This RFC's proposal will be sufficiently performant to support a Mina -> EVM state bridge.
All candidate implementations without this RFC's proposal -- or an equivalent -- are not sufficiently performant to support a Mina -> EVM state bridge.
The cryptography and protocol details are sufficiently similar to existing work done by the crypto team that it will be possible to implement this in a reasonable about of time.

This RFC focuses explicitly on minimising the size of the circuit used for this expensive part of the protocol. Happily, this also forces us to use a relatively simple algorithm.

Detailed design

Background

A verifier for the Mina blockchain is an algorithm comprising:

validation of consensus rules for the protocol state, and against the previous best / accepted protocol state,
verification of a pickles proof, whose public input is derived from the protocol state and some additional, pickles-specific data.

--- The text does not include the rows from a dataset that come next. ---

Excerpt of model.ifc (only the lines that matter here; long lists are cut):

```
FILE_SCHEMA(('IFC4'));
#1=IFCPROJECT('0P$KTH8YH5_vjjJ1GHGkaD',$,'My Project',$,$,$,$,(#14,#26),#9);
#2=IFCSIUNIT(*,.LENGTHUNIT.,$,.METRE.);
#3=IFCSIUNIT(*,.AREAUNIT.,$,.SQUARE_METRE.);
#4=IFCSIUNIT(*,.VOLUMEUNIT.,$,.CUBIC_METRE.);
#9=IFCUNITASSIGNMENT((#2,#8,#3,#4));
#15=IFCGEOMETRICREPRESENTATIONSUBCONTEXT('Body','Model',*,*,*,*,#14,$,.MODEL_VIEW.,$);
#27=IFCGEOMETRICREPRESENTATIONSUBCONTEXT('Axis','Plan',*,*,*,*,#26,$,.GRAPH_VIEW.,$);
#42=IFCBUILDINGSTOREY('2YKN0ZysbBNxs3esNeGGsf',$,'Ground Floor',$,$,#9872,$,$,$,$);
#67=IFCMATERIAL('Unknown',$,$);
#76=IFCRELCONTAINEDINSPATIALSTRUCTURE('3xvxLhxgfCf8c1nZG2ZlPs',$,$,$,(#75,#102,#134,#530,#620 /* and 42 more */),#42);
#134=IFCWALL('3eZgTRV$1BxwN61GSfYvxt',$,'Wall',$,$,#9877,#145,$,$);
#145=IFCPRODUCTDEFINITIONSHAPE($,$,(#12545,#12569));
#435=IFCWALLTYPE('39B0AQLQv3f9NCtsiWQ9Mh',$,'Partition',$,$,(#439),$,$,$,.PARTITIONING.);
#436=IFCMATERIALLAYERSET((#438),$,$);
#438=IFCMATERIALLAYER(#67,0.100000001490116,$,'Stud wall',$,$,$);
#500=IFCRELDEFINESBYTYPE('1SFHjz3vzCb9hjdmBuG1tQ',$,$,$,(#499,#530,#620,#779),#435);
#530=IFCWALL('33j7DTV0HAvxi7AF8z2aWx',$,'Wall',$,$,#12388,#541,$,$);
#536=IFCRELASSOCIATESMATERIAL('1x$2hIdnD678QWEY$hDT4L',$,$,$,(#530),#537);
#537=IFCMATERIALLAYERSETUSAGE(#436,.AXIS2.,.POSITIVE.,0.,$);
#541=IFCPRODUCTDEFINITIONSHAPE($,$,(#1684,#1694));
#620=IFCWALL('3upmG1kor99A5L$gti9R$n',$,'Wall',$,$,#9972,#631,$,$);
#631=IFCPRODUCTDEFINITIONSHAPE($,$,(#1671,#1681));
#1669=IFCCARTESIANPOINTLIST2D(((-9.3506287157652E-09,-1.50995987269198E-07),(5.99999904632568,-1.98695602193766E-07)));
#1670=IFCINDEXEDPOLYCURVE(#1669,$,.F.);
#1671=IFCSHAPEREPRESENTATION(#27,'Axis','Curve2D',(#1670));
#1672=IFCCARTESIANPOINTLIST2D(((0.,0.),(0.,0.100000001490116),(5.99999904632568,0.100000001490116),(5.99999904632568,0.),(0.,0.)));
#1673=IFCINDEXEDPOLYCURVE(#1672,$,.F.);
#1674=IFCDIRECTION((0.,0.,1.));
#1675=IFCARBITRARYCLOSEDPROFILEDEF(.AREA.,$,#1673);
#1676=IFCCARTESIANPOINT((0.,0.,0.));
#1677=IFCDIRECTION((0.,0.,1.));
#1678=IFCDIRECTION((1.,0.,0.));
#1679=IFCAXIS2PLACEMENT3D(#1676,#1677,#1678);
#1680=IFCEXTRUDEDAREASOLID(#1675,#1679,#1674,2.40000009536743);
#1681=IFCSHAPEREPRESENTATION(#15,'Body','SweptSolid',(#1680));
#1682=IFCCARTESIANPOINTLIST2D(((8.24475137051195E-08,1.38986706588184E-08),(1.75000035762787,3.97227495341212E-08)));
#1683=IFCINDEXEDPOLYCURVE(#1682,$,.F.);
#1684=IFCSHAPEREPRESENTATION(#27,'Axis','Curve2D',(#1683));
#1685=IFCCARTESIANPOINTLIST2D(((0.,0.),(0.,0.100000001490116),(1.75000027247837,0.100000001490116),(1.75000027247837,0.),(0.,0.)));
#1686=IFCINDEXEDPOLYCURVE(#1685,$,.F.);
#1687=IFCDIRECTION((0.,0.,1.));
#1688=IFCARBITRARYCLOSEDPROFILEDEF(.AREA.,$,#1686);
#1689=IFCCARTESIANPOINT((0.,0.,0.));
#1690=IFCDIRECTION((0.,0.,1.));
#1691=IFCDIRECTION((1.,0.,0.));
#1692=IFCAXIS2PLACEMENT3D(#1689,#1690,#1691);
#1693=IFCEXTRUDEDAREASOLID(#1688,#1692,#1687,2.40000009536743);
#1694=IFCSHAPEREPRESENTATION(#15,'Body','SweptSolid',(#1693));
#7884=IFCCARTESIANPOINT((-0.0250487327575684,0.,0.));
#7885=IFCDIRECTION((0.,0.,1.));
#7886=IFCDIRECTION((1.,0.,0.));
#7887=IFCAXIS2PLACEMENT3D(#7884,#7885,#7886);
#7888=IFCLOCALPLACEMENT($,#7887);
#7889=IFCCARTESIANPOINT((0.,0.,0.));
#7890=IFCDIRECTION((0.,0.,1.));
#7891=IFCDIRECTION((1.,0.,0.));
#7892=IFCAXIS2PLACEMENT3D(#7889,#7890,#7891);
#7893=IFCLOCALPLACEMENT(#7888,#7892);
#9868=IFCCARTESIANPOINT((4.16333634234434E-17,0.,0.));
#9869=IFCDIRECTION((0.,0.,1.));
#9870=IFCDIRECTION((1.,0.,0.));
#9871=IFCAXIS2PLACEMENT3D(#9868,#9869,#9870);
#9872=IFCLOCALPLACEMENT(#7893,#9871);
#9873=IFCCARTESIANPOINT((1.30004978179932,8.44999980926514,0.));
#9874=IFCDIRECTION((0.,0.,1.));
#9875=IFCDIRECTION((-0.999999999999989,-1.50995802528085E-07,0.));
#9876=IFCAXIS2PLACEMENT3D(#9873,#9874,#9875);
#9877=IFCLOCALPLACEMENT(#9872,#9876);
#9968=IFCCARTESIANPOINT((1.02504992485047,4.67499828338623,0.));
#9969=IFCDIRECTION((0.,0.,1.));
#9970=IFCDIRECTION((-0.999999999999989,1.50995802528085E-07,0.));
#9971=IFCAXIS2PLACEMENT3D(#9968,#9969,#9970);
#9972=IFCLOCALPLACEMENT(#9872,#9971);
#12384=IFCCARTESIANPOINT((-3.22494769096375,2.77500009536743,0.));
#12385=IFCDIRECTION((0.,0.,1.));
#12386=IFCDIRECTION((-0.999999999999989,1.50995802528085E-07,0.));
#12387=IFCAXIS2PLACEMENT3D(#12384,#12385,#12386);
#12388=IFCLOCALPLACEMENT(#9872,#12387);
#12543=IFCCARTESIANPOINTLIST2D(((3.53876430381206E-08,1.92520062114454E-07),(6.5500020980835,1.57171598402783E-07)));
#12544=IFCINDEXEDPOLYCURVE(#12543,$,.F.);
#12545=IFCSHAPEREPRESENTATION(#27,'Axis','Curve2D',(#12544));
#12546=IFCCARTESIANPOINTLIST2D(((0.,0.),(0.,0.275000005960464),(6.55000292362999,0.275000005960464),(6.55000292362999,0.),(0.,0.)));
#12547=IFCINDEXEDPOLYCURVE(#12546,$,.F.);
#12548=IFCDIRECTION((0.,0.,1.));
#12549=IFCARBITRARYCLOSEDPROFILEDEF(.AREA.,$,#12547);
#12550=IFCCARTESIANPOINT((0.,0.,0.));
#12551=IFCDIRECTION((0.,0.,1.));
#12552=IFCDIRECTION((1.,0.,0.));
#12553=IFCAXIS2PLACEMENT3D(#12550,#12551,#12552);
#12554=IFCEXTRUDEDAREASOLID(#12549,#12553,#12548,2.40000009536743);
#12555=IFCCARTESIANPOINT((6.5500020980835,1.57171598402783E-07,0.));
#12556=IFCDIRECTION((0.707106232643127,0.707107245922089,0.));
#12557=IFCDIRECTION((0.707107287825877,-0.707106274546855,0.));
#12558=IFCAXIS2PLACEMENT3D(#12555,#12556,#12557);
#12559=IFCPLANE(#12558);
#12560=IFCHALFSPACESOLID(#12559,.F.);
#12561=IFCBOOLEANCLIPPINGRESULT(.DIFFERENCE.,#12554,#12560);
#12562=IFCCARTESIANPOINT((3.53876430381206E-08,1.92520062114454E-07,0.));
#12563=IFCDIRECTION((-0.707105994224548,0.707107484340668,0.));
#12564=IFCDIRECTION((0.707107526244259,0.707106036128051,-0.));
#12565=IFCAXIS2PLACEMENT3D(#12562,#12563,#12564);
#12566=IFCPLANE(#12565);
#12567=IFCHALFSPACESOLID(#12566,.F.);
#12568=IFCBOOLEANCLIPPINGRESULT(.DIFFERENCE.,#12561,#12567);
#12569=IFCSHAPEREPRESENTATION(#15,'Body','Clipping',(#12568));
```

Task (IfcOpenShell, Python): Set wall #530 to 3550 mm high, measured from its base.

```python
import ifcopenshell
import ifcopenshell.geom
import ifcopenshell.util.representation
import ifcopenshell.util.shape
import ifcopenshell.util.unit

model = ifcopenshell.open("model.ifc")
unit_scale = ifcopenshell.util.unit.calculate_unit_scale(model)
settings = ifcopenshell.geom.settings()


def volume(element):
    """Net volume in cubic metres, openings subtracted."""
    shape = ifcopenshell.geom.create_shape(settings, element)
    return ifcopenshell.util.shape.get_volume(shape.geometry)


wall = model.by_guid("33j7DTV0HAvxi7AF8z2aWx")
before = volume(wall)

body = ifcopenshell.util.representation.get_representation(wall, "Model", "Body")
solid = body.Items[0]
old_height = solid.Depth
solid.Depth = 3.55 / unit_scale
after = volume(wall)

print(f"height {old_height:g} -> {solid.Depth:g}, volume {before:.3f} -> {after:.3f} m3")

model.write("model_rev.ifc")
```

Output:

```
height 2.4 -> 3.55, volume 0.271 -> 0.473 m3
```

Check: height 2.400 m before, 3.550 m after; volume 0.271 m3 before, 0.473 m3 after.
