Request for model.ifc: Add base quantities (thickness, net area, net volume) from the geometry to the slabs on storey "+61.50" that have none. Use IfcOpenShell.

First a look at what the model holds.

```python
import ifcopenshell
import ifcopenshell.util.element
import ifcopenshell.util.unit

model = ifcopenshell.open("model.ifc")
print(model.schema)
for unit_type in ("LENGTHUNIT", "AREAUNIT", "VOLUMEUNIT"):
    print(unit_type, ifcopenshell.util.unit.calculate_unit_scale(model, unit_type))
storey = next(s for s in model.by_type("IfcBuildingStorey") if s.Name == "+61.50")
slabs = [e for e in ifcopenshell.util.element.get_decomposition(storey) if e.is_a("IfcSlab")]
for e in sorted(slabs, key=lambda e: e.id()):
    print(e.id(), e.is_a(), e.Name, list(ifcopenshell.util.element.get_psets(e, qtos_only=True)), sep=" | ")
```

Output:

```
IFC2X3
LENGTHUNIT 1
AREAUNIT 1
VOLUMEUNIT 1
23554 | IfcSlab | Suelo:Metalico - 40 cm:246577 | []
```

```python
import ifcopenshell
import ifcopenshell.api.pset
import ifcopenshell.geom
import ifcopenshell.util.element
import ifcopenshell.util.shape
import ifcopenshell.util.unit

model = ifcopenshell.open("model.ifc")
unit_scale = ifcopenshell.util.unit.calculate_unit_scale(model)
area_scale = ifcopenshell.util.unit.calculate_unit_scale(model, "AREAUNIT")
volume_scale = ifcopenshell.util.unit.calculate_unit_scale(model, "VOLUMEUNIT")
settings = ifcopenshell.geom.settings()

storey = next(s for s in model.by_type("IfcBuildingStorey") if s.Name == "+61.50")
slabs = [e for e in ifcopenshell.util.element.get_decomposition(storey) if e.is_a("IfcSlab")]

for e in sorted(slabs, key=lambda e: e.id()):
    if ifcopenshell.util.element.get_psets(e, qtos_only=True, should_inherit=False):
        continue
    # Geometry comes back in metres, in the element's own axes.
    shape = ifcopenshell.geom.create_shape(settings, e)
    values = {
        "Width": ifcopenshell.util.shape.get_z(shape.geometry) / unit_scale,
        "NetArea": ifcopenshell.util.shape.get_footprint_area(shape.geometry) / area_scale,
        "NetVolume": ifcopenshell.util.shape.get_volume(shape.geometry) / volume_scale,
    }
    qto = ifcopenshell.api.pset.add_qto(model, product=e, name="BaseQuantities")
    ifcopenshell.api.pset.edit_qto(model, qto=qto, properties=values)
    print(e.id(), {k: round(v, 3) for k, v in values.items()})

model.write("model_rev.ifc")
```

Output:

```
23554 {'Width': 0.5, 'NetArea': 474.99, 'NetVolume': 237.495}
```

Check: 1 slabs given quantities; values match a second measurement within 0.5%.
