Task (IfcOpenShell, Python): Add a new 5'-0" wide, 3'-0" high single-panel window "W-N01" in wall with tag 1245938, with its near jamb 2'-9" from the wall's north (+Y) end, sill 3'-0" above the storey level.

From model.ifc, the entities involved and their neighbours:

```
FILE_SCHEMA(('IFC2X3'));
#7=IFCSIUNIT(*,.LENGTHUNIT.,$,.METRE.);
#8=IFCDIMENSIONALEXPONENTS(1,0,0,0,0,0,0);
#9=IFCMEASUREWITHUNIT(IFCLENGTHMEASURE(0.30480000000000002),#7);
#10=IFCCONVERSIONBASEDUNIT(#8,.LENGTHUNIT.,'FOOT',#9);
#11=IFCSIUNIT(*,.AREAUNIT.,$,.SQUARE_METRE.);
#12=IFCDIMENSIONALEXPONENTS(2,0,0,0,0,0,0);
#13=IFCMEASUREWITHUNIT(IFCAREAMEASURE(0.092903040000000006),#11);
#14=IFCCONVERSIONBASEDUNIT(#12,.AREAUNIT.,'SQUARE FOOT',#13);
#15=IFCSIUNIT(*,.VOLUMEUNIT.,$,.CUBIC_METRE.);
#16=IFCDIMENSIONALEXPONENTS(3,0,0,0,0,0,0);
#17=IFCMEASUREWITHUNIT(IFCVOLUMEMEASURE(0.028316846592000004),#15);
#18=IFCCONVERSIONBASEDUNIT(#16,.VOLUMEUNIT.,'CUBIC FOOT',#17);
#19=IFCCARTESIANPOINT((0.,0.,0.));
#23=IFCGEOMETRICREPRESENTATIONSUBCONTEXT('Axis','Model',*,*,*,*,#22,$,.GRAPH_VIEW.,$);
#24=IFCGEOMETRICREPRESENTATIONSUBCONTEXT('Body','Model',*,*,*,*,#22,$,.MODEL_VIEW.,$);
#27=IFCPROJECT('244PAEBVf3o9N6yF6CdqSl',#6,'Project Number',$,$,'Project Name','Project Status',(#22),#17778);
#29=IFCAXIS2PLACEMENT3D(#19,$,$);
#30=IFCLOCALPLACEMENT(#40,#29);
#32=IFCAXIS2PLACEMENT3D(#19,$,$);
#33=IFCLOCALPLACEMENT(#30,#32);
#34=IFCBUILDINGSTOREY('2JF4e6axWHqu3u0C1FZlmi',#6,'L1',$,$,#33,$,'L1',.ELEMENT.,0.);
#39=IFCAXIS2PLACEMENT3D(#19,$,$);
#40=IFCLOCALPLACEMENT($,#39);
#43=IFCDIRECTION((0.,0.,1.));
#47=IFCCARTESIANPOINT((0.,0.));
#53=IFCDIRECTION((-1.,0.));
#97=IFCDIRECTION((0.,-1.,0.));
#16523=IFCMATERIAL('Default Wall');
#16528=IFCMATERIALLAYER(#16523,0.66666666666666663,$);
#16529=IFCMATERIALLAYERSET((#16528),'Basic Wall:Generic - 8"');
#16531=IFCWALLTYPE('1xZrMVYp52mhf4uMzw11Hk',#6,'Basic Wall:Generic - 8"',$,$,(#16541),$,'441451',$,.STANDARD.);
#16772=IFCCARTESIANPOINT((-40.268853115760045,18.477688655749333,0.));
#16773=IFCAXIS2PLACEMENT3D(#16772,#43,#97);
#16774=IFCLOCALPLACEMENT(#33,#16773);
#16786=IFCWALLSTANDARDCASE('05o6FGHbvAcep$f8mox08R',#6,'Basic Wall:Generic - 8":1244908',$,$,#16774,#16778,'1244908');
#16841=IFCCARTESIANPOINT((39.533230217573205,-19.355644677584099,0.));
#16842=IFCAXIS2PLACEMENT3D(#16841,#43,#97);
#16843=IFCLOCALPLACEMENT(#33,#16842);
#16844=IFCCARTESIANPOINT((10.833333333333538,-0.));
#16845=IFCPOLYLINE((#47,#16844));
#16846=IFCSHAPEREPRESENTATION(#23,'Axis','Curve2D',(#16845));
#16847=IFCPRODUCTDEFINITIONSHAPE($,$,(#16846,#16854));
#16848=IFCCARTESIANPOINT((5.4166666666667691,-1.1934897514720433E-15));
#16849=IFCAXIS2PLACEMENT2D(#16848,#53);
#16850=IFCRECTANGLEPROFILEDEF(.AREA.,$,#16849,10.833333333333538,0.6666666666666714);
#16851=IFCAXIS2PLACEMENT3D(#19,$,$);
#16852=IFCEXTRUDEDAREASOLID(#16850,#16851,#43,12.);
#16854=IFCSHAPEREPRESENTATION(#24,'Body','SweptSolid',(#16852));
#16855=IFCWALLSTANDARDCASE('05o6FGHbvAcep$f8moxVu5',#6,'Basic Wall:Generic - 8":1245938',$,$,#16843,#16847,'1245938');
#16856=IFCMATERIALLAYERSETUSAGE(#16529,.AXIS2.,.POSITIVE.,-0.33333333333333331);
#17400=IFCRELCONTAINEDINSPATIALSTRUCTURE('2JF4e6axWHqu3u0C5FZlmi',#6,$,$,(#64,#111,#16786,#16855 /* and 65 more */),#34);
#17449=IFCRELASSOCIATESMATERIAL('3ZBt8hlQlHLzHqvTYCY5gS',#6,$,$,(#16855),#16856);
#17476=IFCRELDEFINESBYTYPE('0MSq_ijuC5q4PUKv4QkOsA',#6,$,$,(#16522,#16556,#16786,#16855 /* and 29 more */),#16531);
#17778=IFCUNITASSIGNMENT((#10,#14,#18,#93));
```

```python
import numpy as np
import ifcopenshell
import ifcopenshell.api.feature
import ifcopenshell.api.geometry
import ifcopenshell.api.root
import ifcopenshell.api.spatial
import ifcopenshell.api.type
import ifcopenshell.geom
import ifcopenshell.util.element
import ifcopenshell.util.placement
import ifcopenshell.util.representation
import ifcopenshell.util.shape
import ifcopenshell.util.unit

model = ifcopenshell.open("model.ifc")
unit_scale = ifcopenshell.util.unit.calculate_unit_scale(model)
settings = ifcopenshell.geom.settings()


def volume(element):
    """Net volume in cubic metres, openings subtracted."""
    shape = ifcopenshell.geom.create_shape(settings, element)
    return ifcopenshell.util.shape.get_volume(shape.geometry)


wall = model.by_guid("05o6FGHbvAcep$f8moxVu5")
storey = ifcopenshell.util.element.get_container(wall, ifc_class="IfcBuildingStorey")
context = ifcopenshell.util.representation.get_context(model, "Model", "Body", "MODEL_VIEW")
before = volume(wall)

width, height, from_end, sill = 1.524, 0.9144, 0.8382, 0.9144  # metres

# The wall runs along its own X axis, and the end named is its -X end.
wall_shape = ifcopenshell.geom.create_shape(settings, wall)
x, y, z = ifcopenshell.util.shape.get_vertices(wall_shape.geometry).T
start = x.min() + from_end
face, thickness = float(y.min()), float(y.max() - y.min())
wall_matrix = ifcopenshell.util.placement.get_local_placement(wall.ObjectPlacement)
level = ifcopenshell.util.placement.get_local_placement(storey.ObjectPlacement)[2, 3]


def in_wall(x, y):
    """Placement at x, y metres in the wall's axes, at sill height."""
    matrix = wall_matrix.copy()
    matrix[:, 3] = wall_matrix @ np.array([x / unit_scale, y / unit_scale, 0.0, 1.0])
    matrix[2, 3] = level + sill / unit_scale
    return matrix


# Opening: a box that overshoots both wall faces by 50 mm.
opening = ifcopenshell.api.root.create_entity(model, ifc_class="IfcOpeningElement")
box = ifcopenshell.api.geometry.add_wall_representation(
    model, context=context, length=width, height=height, thickness=thickness + 0.1
)
ifcopenshell.api.geometry.assign_representation(model, product=opening, representation=box)
ifcopenshell.api.geometry.edit_object_placement(model, product=opening, matrix=in_wall(start, face - 0.05), is_si=False)
ifcopenshell.api.feature.add_feature(model, feature=opening, element=wall)

window = ifcopenshell.api.root.create_entity(model, ifc_class="IfcWindow", name="W-N01")
window.OverallWidth, window.OverallHeight = width / unit_scale, height / unit_scale
body = ifcopenshell.api.geometry.add_window_representation(
    model,
    context=context,
    overall_width=window.OverallWidth,
    overall_height=window.OverallHeight,
    partition_type="SINGLE_PANEL",
)
ifcopenshell.api.geometry.assign_representation(model, product=window, representation=body)
ifcopenshell.api.spatial.assign_container(model, products=[window], relating_structure=storey)
fills = ifcopenshell.api.feature.add_filling(model, opening=opening, element=window)
fills.OwnerHistory = window.OwnerHistory  # required in IFC2X3

# IFC2X3 keeps the operation on the window style.
style = ifcopenshell.api.root.create_entity(model, ifc_class="IfcWindowStyle", name="W-N01")
style.OperationType, style.ConstructionType = "SINGLE_PANEL", "NOTDEFINED"
style.ParameterTakesPrecedence = style.Sizeable = False
ifcopenshell.api.type.assign_type(model, related_objects=[window], relating_type=style)

# Centre the window in the wall's thickness.
ifcopenshell.api.geometry.edit_object_placement(model, product=window, matrix=in_wall(start, face), is_si=False)
window_shape = ifcopenshell.geom.create_shape(settings, window)
depth = ifcopenshell.util.shape.get_vertices(window_shape.geometry)[:, 1]
offset = face + thickness / 2 - (depth.min() + depth.max()) / 2
ifcopenshell.api.geometry.edit_object_placement(model, product=window, matrix=in_wall(start, offset), is_si=False)

after = volume(wall)

print(f"wall volume {before:.3f} -> {after:.3f} m3")

model.write("model-out.ifc")
```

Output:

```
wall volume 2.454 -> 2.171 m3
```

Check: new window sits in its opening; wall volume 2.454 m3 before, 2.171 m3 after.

The details of the consensus algorithm are elided here, but can be found in the consensus specification in the Mina repo. This RFC will only directly address the proof-system elements of the bridge project.

All the work needs to be done on the kimchi / proof-systems level. In particular, o1js is out of scope, and we do not need to expose the optimised MSM circuit or any parts of it to o1js.

Curves

The three curves in question are BN254, Vesta, and Pallas. From the specification of BN254 and docs on Pasta, the parameters of the curves are as follows:

BN254:
- Base field ($\mathbb{F}_{base}$): 21888242871839275222246405745257275088696311157297823662689037894645226208583 (254 bits)
- Scalar field ($\mathbb{F}_{scalar}$): 21888242871839275222246405745257275088548364400416034343698204186575808495617 (254 bits)
- Equation: Weierstrass curve -- $y^2 = x^3 + 3$
Vesta:
- Base field ($\mathbb{F}_{base}$): 28948022309329048855892746252171976963363056481941647379679742748393362948097 (255 bits)
- Scalar field ($\mathbb{F}_{scalar}$): 28948022309329048855892746252171976963363056481941560715954676764349967630337 (255 bits)
- Equation: Weierstrass curve -- $y^2 = x^3 + 5$
Pallas:
- Base field ($\mathbb{F}_{base}$): 28948022309329048855892746252171976963363056481941560715954676764349967630337 (255 bits)
  - (Equal to Vesta's scalar)
- Scalar field ($\mathbb{F}_{scalar}$): 28948022309329048855892746252171976963363056481941647379679742748393362948097 (255 bits)
  - (Equal to Vesta's base)
- Equation: Weierstrass curve -- $y^2 = x^3 + 5$

The relationship between the fields is:

$$\mathbb{F}_{scalar}(\mathrm{BN254}) < \mathbb{F}_{base}(\mathrm{BN254}) < \mathbb{F}_{scalar}(\mathrm{Vesta}) < \mathbb{F}_{base}(\mathrm{Vesta})$$

Kimchi proofs

We describe how Kimchi (and later Pickles) proof is structured to give the context in which the MSM verification task is located.

When we verify a kimchi proof, all of the required information is included in either the verification key or the proof. We describe the contents of the verification key as 'fixed' -- they define the circuit / statement to be proved -- and the contents of the proof represent the specific instance that satisfies that circuit / statement.

At a high-level, the kimchi verification protocol runs through 3 distinct stages of the protocol. The full algorithm in the reference implementation can be found here. This algorithm operates over a curve C (Pallas or Vesta in the context of pickles).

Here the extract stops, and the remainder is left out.